The Neural Core accelerates image and voice algorithms that run less efficiently on a CPU or GPU.
The Neural Core builds dedicated arithmetic logic units into hardware to handle these instructions quickly and with minimal power consumption, rather than taking up multiple CPU cycles. The chip most likely comprises of hundreds of these ALUs in multiple cores, with shared local memory, and a microprocessor overseeing task scheduling.
Google will have almost certainly optimized its latest hardware design around its Assistant, voice, and imaging software algorithms. Dependence on the Neural Core’s ALU capabilities is why the Pixel 4’s latest photography features won’t make their way to older handsets.
What can the Neural Core do?
The Neural Core appears to be a key ingredient in a number of new functions packed into the Google Pixel 4 and Pixel 4 XL. These improvements center mainly around image and voice processing.
On the photography side, the list includes Dual Exposure Controls, an astrophotography mode, live HDR+ previews, and Night Sight. Google’s Pixel 4 performs dual exposure adjustments and HDR+ in real-time so that users can see the results of their pictures before hitting the shutter. This points to a major increase in computational power for images compared to the Pixel 3.
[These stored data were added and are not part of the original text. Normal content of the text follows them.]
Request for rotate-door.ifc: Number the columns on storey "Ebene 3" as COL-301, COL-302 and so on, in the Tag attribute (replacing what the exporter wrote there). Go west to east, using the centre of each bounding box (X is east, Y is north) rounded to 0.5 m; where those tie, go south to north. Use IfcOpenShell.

First a look at what the model holds.

```python
import ifcopenshell
import ifcopenshell.util.element
import ifcopenshell.util.placement

model = ifcopenshell.open("rotate-door.ifc")
print(model.schema)
storey = next(s for s in model.by_type("IfcBuildingStorey") if s.Name == "Ebene 3")
columns = [e for e in ifcopenshell.util.element.get_decomposition(storey) if e.is_a("IfcColumn")]
for e in sorted(columns, key=lambda e: e.id()):
    origin = ifcopenshell.util.placement.get_local_placement(e.ObjectPlacement)[:3, 3]
    print(e.id(), e.Tag, e.Name, origin.round(2) + 0.0, sep=" | ")
```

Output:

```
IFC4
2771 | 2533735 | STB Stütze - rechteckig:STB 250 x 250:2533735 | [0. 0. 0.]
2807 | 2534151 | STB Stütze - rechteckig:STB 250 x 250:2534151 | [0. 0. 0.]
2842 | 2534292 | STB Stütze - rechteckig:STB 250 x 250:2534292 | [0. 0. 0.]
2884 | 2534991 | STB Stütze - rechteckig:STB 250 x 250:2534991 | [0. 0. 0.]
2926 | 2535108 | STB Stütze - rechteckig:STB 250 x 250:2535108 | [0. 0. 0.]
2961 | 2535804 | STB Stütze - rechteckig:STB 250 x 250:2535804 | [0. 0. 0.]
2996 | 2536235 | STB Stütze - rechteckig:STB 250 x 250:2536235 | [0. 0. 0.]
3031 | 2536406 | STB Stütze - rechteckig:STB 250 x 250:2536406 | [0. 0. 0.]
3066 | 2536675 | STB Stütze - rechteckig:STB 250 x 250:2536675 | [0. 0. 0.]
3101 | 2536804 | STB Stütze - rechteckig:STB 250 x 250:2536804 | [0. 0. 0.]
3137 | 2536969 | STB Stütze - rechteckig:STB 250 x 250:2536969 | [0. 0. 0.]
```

```python
import ifcopenshell
import ifcopenshell.geom
import ifcopenshell.util.element
import ifcopenshell.util.shape

model = ifcopenshell.open("rotate-door.ifc")
settings = ifcopenshell.geom.settings()
settings.set("use-world-coords", True)


def centre(element):
    shape = ifcopenshell.geom.create_shape(settings, element)
    return ifcopenshell.util.shape.get_bbox_centroid(shape.geometry)


storey = next(s for s in model.by_type("IfcBuildingStorey") if s.Name == "Ebene 3")
columns = [e for e in ifcopenshell.util.element.get_decomposition(storey) if e.is_a("IfcColumn")]

# Insertion points can sit at a corner or the storey origin, so sort by the geometry (in metres).
centres = {e: centre(e) for e in columns}
columns.sort(key=lambda e: (round(centres[e][0] / 0.5), centres[e][1]))

for i, e in enumerate(columns, start=1):
    number = f"COL-3{i:02d}"
    e.Tag = number
    print(e.id(), number)

model.write("rotate-door-out.ifc")
```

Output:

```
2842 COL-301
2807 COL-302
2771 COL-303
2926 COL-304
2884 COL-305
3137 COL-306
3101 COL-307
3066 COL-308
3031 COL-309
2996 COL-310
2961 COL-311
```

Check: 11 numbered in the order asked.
In addition, these phones introduce learning-based white balance into its camera system, which fixes yellow hues often associated with low light pictures. Multiple exposure captures, sky detection, and image combination are used for the Astro Night Sight mode, requiring a hefty amount of processing and image detection smarts. Finally, the Pixel 4’s Frequent Faces feature identifies and recommends better photos of people you frequently photograph.
The Pixel 4 also boasts an updated Assistant, sporting improved language models that can now run natively on the device rather than in the cloud. New voice features also include Continued Conversations, audio transcription via the Recorder app, and improved speech recognition. The Neural Core also likely plays a role in the phone’s 3D face unlock technology too.
A wave of the future
Google’s Neural Core is the company’s most powerful piece of in-house smartphone silicon yet, enabling more efficient real-time image editing than before. Google prides itself on its industry-leading machine learning technologies and the Pixel 4’s biggest selling points rely on the fruits of these investments.
However, the Pixel 4 is not the only smartphone sporting a powerful machine learning processor. All smartphones powered by a Snapdragon 855 offer dedicated machine learning hardware. Although Google clearly has different needs and perhaps even more powerful requirements for its smartphones. Likewise, Huawei’s Kirin 990 boasts dual in-house NPUs powerful enough for real-time bokeh video effects and more.
Machine learning hardware is fast becoming a cornerstone of flagship smartphone image, video, and AI capabilities. Google, with its Pixel 4 and Neural Core, places right near the top of the pack.